We will calculate the average number of comments per post for every hour of the day.

In [83]:
avg_by_hour = []
for h in counts_by_hour:
    avg_by_hour.append([h, round(comments_by_hour[h]/counts_by_hour[h],2)])
    
print(avg_by_hour)

[['09', 5.58], ['13', 14.74], ['10', 13.44], ['14', 13.23], ['16', 16.8], ['23', 7.99], ['12', 9.41], ['17', 11.46], ['15', 38.59], ['21', 16.01], ['20', 21.52], ['02', 23.81], ['18', 13.2], ['03', 7.8], ['05', 10.09], ['19', 10.8], ['01', 11.38], ['22', 6.75], ['08', 10.25], ['04', 7.17], ['00', 8.13], ['06', 9.02], ['07', 7.85], ['11', 11.05]]


In [112]:
swap_avg_by_hour = []

for r in avg_by_hour:
    swap_avg_by_hour.append([r[1],r[0]])
    
print(swap_avg_by_hour)

sorted_swap = sorted(swap_avg_by_hour, reverse = True)    

[[5.58, '09'], [14.74, '13'], [13.44, '10'], [13.23, '14'], [16.8, '16'], [7.99, '23'], [9.41, '12'], [11.46, '17'], [38.59, '15'], [16.01, '21'], [21.52, '20'], [23.81, '02'], [13.2, '18'], [7.8, '03'], [10.09, '05'], [10.8, '19'], [11.38, '01'], [6.75, '22'], [10.25, '08'], [7.17, '04'], [8.13, '00'], [9.02, '06'], [7.85, '07'], [11.05, '11']]


In [111]:
print("Top 5 Hours for Ask Posts Comments")

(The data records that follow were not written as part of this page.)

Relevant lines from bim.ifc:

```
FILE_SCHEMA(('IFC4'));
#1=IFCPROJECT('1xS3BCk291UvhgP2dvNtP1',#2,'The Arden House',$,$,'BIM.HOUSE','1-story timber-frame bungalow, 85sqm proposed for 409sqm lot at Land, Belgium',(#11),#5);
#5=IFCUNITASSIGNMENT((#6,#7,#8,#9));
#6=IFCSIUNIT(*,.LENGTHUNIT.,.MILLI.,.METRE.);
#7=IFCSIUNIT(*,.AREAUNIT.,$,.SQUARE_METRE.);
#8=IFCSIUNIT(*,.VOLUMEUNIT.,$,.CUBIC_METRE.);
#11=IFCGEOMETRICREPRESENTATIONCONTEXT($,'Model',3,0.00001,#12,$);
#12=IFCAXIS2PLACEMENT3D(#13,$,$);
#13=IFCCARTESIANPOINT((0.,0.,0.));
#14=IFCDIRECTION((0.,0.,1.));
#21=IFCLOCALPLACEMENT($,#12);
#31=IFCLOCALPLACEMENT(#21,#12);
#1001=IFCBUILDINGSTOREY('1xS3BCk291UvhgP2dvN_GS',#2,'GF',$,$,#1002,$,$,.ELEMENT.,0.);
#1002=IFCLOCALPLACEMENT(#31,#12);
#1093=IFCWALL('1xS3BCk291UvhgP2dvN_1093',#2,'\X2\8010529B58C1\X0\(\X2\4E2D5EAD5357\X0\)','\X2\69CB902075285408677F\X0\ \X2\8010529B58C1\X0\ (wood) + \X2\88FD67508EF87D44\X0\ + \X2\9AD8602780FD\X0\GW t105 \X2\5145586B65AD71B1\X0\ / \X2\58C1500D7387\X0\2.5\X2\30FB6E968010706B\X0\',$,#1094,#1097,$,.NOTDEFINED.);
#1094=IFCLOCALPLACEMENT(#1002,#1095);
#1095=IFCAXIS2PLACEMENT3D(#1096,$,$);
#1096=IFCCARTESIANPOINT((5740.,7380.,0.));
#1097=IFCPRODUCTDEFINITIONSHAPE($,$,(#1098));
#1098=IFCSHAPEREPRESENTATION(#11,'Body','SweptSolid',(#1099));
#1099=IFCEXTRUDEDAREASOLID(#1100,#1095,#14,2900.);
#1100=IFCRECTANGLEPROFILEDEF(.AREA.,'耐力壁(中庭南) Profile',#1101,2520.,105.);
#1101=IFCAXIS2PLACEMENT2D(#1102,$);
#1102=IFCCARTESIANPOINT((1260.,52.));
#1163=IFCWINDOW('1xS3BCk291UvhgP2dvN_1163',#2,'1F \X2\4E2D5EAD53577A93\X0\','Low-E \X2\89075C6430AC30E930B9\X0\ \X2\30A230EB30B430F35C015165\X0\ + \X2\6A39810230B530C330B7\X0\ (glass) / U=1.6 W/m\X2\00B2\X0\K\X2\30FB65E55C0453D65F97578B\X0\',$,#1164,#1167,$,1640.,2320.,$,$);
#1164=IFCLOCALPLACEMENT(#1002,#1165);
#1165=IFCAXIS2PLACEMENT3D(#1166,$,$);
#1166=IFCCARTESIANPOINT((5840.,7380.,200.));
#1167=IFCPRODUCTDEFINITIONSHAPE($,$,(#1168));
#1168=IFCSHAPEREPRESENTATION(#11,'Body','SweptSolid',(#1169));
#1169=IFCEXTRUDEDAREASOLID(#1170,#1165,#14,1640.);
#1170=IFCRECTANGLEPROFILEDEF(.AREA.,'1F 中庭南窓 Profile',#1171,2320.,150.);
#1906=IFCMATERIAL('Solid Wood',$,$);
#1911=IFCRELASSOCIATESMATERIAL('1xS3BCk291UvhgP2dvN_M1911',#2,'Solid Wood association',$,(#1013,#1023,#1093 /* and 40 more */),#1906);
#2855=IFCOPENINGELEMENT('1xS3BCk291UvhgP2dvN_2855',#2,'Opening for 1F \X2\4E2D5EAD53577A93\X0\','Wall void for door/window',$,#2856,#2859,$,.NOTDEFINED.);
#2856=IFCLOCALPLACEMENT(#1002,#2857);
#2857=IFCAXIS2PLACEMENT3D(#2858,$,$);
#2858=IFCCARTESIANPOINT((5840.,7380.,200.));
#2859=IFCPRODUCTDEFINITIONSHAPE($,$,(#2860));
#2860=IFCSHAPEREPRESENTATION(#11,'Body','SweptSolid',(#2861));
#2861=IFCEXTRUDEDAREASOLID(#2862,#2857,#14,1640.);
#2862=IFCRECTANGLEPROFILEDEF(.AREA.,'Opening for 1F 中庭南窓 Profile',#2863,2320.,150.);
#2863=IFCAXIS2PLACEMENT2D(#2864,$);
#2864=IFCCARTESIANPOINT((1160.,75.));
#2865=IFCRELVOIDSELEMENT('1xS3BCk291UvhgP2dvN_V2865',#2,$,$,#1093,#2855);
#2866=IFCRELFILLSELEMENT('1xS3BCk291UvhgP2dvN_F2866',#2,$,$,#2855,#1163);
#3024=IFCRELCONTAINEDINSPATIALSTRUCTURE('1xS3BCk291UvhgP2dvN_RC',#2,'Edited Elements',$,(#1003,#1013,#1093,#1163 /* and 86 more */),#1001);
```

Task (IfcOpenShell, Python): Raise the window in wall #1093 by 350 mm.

```python
import numpy as np
import ifcopenshell
import ifcopenshell.api.geometry
import ifcopenshell.util.placement
import ifcopenshell.util.unit

model = ifcopenshell.open("bim.ifc")
unit_scale = ifcopenshell.util.unit.calculate_unit_scale(model)

window = model.by_id(1163)
opening = window.FillsVoids[0].RelatingOpeningElement
dz = 0.35 / unit_scale

shift = np.array([0.0, 0.0, dz])
# The window is not placed relative to its opening, so move both.
for product in (opening, window):
    matrix = ifcopenshell.util.placement.get_local_placement(product.ObjectPlacement)
    matrix[:3, 3] += shift
    ifcopenshell.api.geometry.edit_object_placement(model, product=product, matrix=matrix, is_si=False)

print(f"moved by {dz * unit_scale:+.3f} m")

model.write("bim-out.ifc")
```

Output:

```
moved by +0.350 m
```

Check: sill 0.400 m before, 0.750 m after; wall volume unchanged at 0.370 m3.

for row in sorted_swap[:5]:
    frmat = "{hour} : {value} average comments per post."
    time1 = dt.datetime.strptime(str(row[1]), "%H")
    time2 = time1.strftime("%H:%M")
    avg = row[0]
    display = frmat.format(hour = time2, value = avg)
    print(display)
    

Top 5 Hours for Ask Posts Comments
15:00 : 38.59 average comments per post.
02:00 : 23.81 average comments per post.
20:00 : 21.52 average comments per post.
16:00 : 16.8 average comments per post.
21:00 : 16.01 average comments per post.


As you can see, the time in which you have the highest chance of receiving comments in Eastern Time in the US is 3pm with an average of 38.59. In time zone however, it would be at 3am in my country.

# END

# Other questions to solve:
* Determine if show or ask posts receive more points on average.
* Determine if posts created at a certain time are more likely to receive more points.
* Compare your results to the average number of comments and points other posts receive.
* Use Dataquest's data science project style guide to format your project.